Written by Jen Finn
Wet Dog Cafe was full to the brim with diners Friday night; there was a waiting list to snag a table. Waiters weaved in between patrons, carrying trays laden with burgers and beverages. But Tele Aadsen's soft voice rang clear as a bell above the low buzz of laughter and clink of dishes.
It was the 16th annual FisherPoets Gathering, a weekend that saw about 70 commercial fishermen and women assemble from across the country in Astoria to read poetry, tell stories and sing songs about their occupations.
"You see things that a lot of people don't get to see," Jon Broderick, co-founder of the FisherPoets Gathering, said of working as a fisherman. "It's not just the fish. It's the work we do and the people we know."
In "Lost at Sea: After the Man in the Tote," Aadsen, of Bellingham, Wash., told the story of a U.S. Coast Guard rescue she witnessed after the fishing vessel Kaitlin Rai went down off Cape Edgecumbe, Alaska, in early September 2012. One of the crew members survived by floating in a fish tote, or plastic bin, for more than 24 hours after the boat sank.

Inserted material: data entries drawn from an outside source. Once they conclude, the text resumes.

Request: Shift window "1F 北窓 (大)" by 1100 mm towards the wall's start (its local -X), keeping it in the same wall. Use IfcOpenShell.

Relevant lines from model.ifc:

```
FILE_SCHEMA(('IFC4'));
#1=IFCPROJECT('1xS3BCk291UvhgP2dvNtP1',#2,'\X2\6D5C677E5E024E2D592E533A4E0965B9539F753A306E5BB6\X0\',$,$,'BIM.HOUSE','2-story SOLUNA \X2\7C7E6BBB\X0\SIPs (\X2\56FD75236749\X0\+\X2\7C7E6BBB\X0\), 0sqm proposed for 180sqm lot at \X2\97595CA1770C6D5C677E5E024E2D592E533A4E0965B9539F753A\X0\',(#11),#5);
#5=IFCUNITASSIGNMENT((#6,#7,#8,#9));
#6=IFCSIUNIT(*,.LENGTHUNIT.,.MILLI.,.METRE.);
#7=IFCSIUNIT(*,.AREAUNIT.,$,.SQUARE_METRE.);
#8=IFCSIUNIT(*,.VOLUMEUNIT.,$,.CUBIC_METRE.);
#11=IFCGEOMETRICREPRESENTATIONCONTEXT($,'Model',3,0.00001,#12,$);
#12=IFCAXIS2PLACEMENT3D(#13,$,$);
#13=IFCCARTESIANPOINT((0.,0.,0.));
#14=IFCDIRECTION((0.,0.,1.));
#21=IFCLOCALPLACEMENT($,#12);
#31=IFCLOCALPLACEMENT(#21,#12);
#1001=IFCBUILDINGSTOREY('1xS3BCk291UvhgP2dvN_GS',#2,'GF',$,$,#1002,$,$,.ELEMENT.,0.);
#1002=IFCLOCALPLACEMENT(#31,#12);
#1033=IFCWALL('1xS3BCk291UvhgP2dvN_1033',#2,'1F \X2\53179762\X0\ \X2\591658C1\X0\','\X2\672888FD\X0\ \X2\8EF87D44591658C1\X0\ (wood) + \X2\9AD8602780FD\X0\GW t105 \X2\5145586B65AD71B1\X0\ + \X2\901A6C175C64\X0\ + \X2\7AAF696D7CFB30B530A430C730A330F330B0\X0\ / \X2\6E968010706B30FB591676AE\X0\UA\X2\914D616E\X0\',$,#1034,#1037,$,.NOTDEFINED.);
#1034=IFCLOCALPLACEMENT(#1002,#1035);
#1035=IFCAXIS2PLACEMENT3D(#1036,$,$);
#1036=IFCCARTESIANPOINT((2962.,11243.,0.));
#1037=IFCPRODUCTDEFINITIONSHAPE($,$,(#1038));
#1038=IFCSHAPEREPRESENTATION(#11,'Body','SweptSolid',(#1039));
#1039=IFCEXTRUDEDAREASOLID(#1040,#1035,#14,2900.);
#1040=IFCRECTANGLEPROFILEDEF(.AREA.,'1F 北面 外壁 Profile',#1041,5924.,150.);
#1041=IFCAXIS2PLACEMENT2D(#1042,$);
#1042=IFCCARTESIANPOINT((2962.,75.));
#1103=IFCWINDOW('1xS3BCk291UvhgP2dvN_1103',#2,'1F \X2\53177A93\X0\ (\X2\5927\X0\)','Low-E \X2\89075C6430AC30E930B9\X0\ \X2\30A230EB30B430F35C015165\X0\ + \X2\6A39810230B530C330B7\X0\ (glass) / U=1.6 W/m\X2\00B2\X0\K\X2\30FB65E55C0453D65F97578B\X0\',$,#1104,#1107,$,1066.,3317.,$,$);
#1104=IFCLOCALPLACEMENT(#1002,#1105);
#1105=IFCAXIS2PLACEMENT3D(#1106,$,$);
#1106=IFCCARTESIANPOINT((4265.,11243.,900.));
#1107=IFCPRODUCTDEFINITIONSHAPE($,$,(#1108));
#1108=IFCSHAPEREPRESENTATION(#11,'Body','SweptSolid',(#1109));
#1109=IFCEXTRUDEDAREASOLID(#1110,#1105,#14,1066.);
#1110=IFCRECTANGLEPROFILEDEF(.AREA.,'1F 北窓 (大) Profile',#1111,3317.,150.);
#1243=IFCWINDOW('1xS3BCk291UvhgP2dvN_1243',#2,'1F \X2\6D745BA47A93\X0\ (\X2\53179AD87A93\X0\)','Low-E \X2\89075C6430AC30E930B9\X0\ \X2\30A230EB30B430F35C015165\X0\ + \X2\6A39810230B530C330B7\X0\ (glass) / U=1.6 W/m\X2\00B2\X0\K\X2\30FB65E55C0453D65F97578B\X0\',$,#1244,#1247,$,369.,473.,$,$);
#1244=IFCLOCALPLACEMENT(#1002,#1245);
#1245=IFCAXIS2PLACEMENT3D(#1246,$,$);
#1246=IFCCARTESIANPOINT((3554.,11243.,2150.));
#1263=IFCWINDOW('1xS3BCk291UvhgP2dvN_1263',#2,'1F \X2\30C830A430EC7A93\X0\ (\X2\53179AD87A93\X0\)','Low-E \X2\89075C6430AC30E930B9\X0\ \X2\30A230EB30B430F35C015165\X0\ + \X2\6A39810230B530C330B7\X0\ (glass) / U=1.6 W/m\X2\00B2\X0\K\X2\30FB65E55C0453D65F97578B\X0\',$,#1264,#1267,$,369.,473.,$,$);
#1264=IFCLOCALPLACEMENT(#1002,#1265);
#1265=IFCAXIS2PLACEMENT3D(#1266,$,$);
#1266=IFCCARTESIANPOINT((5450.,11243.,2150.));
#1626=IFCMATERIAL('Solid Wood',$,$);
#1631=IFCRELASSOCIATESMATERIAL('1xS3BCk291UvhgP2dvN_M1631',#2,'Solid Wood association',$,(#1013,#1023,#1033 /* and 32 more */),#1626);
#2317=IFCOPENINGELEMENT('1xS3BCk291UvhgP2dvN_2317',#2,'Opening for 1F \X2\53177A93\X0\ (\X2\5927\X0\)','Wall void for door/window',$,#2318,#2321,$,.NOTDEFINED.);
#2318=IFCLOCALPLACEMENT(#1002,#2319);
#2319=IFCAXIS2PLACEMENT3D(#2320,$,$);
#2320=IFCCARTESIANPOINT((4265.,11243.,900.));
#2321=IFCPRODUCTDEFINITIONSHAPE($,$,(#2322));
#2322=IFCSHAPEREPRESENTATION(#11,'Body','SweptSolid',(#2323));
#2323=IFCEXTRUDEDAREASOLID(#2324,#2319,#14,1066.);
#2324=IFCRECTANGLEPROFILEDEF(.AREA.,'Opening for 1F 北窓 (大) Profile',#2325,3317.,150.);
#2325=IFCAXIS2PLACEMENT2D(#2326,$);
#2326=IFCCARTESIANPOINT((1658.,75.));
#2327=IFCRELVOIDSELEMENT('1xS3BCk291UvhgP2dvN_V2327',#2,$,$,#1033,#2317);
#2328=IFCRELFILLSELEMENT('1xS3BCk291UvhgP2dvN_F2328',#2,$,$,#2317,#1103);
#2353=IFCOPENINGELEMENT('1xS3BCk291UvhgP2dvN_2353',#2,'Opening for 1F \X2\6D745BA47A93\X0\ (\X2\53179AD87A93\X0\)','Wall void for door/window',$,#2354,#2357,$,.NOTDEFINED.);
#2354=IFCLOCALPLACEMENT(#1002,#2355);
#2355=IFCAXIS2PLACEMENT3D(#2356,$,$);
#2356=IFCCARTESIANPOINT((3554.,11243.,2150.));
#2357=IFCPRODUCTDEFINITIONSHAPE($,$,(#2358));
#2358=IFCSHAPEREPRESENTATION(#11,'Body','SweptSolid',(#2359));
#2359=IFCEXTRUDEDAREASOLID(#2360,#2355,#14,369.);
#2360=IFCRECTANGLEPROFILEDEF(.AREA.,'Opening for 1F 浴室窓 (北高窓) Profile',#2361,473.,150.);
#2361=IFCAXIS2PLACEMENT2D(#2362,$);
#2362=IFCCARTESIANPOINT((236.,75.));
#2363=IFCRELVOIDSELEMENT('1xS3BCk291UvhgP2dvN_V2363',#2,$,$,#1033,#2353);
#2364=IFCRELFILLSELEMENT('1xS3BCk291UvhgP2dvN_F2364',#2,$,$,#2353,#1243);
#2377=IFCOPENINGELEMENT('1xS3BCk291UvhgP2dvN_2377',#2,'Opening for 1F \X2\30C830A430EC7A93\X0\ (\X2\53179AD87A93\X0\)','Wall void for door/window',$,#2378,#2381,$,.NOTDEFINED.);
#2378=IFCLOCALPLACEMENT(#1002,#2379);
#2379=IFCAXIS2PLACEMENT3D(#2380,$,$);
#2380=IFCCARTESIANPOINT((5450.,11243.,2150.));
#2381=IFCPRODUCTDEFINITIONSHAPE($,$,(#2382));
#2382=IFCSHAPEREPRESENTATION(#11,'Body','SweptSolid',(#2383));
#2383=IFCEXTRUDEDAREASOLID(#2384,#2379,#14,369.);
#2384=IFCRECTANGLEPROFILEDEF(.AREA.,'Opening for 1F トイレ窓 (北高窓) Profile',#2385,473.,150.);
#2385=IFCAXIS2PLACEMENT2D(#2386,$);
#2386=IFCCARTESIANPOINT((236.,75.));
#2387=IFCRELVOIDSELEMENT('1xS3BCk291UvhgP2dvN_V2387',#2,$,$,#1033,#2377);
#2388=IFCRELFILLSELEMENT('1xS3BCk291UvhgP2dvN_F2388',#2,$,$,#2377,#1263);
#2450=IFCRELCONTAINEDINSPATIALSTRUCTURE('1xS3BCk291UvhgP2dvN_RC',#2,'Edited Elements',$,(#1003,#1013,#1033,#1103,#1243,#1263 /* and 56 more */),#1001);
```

```python
import ifcopenshell
import ifcopenshell.api.geometry
import ifcopenshell.util.placement
import ifcopenshell.util.unit

model = ifcopenshell.open("model.ifc")
unit_scale = ifcopenshell.util.unit.calculate_unit_scale(model)

window = model.by_guid("1xS3BCk291UvhgP2dvN_1103")
opening = window.FillsVoids[0].RelatingOpeningElement
wall = opening.VoidsElements[0].RelatingBuildingElement

wall_matrix = ifcopenshell.util.placement.get_local_placement(wall.ObjectPlacement)
shift = wall_matrix[:3, 0] * -1.1 / unit_scale
before = ifcopenshell.util.placement.get_local_placement(window.ObjectPlacement)[:3, 3].copy()

# The window is not placed relative to its opening, so move both.
for product in (opening, window):
    matrix = ifcopenshell.util.placement.get_local_placement(product.ObjectPlacement)
    matrix[:3, 3] += shift
    ifcopenshell.api.geometry.edit_object_placement(model, product=product, matrix=matrix, is_si=False)

after = ifcopenshell.util.placement.get_local_placement(window.ObjectPlacement)[:3, 3]
print("window moved by", (after - before).round(3) + 0.0)

model.write("model_rev.ifc")
```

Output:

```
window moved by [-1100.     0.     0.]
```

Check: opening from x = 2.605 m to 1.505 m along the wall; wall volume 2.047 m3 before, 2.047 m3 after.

"Fishermen are never a stronger community than in situations like this. When tragedy cuts one of us down, we all bleed," she read, focusing on what it felt like to hear that the ship's crew was missing.
She described the Coast Guard rescue swimmer descend from the helicopter and hoist the lost fisherman safely aboard: "What does that first moment of physical human contact feel like?" Aadsen read. "Had the man in the tote wondered if he'd never again feel touch other than the ocean's assault, the wind and rain's stinging slap? Or had he maintained hope through the night's darkest hours?"
Speakers on stage told many stories throughout the weekend: tragedies and triumphs, homesickness, sleep or the lack thereof, the pride of a first boat, the physical labor, the friendships. Audiences listened to limericks about white gulls, poems on Frankenfish, stories of heartache and songs of the sea. And all of it focused on the art of fishing.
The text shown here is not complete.